As further evidence that atheists are as diverse as their faithful counterpart, Alain De Botton has penned a controversial new book called Religion for Atheists. And not surprising, he’s gotten no small amount of push- back from the atheist community for his work.
He’s hardly the first to write a book examining the value of religion for an atheist perspective, but his is the most recent. Bruce Sheiman wrote a book in 2009 called An Atheist Defends Religion: Why Humanity is Better Off with Religion Than Without It. I’m sure you can imagine the subject matter didn’t thrill all of his fellow nonbelievers. Botton’s book goes a step further, however. Rather than just looking at the merits of organized religion from arm’s-length, he proposes actual practices that atheists could employ in daily life that reflect religious practice, only without God as the focus.

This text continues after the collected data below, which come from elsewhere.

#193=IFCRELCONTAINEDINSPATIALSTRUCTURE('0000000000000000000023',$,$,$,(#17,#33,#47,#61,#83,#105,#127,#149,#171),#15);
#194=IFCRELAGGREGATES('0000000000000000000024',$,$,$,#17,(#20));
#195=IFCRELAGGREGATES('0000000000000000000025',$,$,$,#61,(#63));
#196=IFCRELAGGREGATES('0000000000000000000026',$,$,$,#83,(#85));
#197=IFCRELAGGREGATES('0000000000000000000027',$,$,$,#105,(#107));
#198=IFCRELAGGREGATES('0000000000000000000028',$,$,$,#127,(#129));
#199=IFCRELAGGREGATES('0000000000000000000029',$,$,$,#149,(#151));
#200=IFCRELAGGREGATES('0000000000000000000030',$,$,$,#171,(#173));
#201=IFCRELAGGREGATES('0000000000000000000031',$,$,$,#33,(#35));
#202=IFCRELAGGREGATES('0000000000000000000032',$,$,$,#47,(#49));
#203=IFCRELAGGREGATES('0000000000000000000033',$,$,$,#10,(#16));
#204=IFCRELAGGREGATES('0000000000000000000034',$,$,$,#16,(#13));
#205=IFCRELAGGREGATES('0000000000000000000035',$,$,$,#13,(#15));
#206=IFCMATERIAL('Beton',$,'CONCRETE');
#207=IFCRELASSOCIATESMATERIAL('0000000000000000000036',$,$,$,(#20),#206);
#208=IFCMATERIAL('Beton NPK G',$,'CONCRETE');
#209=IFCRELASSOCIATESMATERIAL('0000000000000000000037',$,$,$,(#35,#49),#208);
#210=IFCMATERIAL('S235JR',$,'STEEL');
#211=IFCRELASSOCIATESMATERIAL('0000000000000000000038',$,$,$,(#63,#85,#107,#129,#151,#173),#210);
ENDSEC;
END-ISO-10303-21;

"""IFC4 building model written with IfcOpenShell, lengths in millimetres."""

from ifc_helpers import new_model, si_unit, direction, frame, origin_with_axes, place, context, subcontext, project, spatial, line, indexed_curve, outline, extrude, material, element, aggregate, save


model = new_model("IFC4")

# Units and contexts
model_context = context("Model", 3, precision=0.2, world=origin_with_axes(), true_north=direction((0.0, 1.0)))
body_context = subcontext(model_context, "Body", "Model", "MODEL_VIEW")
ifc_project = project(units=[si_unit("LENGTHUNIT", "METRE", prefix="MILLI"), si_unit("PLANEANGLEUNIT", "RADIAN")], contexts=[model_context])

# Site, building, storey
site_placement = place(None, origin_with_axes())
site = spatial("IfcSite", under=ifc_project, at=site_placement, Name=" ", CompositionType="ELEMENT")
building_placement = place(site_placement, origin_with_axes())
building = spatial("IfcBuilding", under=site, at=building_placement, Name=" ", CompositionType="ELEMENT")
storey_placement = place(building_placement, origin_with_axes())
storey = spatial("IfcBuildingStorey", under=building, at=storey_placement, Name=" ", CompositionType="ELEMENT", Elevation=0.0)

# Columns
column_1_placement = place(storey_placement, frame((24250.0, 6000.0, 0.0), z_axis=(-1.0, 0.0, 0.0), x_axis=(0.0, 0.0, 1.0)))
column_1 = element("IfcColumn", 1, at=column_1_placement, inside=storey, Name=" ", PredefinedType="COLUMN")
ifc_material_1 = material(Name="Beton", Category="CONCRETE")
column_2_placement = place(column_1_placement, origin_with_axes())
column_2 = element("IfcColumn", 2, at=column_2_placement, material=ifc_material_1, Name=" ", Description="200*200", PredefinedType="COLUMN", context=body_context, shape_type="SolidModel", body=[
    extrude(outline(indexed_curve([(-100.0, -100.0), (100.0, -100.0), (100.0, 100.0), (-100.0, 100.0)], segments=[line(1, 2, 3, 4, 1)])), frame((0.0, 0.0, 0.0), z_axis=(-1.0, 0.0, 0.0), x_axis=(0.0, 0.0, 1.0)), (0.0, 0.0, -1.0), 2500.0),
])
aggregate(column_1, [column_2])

Botton suggests that there is basic wisdom for humanity contained in many religious teachings. He says that, simply because they are tied in a particular faith to belief in a higher power doesn’t mean they should be disregarded on the whole. He also sees value in some of the ritual practices employed by religion, some of which scientific research have shown have some physical or emotional benefit, such as silent meditation, prayer and corporate music.

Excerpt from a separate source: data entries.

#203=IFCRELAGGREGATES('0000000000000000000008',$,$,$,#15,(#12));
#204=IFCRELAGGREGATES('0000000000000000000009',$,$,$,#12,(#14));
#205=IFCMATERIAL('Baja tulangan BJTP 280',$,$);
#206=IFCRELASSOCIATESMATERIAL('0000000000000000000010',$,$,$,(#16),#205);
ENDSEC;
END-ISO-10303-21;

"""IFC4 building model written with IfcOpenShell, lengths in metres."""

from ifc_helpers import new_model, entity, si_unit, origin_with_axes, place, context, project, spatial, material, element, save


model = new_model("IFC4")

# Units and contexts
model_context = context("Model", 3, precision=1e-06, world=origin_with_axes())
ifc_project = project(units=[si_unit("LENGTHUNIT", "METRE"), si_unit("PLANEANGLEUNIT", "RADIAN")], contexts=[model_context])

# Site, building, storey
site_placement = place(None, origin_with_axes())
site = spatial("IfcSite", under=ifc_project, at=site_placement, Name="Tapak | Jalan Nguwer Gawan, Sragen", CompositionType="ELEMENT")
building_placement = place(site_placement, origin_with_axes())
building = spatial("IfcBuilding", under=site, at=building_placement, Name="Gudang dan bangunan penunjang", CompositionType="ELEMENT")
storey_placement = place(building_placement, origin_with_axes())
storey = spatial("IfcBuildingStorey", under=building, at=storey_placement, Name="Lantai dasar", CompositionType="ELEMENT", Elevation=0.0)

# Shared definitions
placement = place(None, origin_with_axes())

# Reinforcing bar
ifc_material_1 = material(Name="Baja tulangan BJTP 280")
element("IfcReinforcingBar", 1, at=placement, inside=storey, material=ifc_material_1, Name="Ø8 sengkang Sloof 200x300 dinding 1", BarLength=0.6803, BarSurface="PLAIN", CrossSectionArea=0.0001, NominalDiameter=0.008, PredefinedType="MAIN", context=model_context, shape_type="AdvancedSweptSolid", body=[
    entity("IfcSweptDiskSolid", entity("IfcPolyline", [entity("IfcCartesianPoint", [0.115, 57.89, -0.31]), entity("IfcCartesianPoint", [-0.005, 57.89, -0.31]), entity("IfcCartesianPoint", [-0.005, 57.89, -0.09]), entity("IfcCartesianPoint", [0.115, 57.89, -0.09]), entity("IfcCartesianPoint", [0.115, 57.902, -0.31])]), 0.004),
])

On the other side of the atheist spectrum is the recently held “Reason Rally,” which drew 20,000 participants to an event in Washington D.C. Billed as “The largest gathering of the secular movement in world history,” the event had some parallels to a religious revival, with cheering fans, fervent speakers such as Richard Dawkins, and music.
No potlucks though. Sorry protestants.
But although it was touted as a gathering to celebrate “secular values,” some reporters described the event more as an anti-religion rally, rather than a celebration of what those present stood for.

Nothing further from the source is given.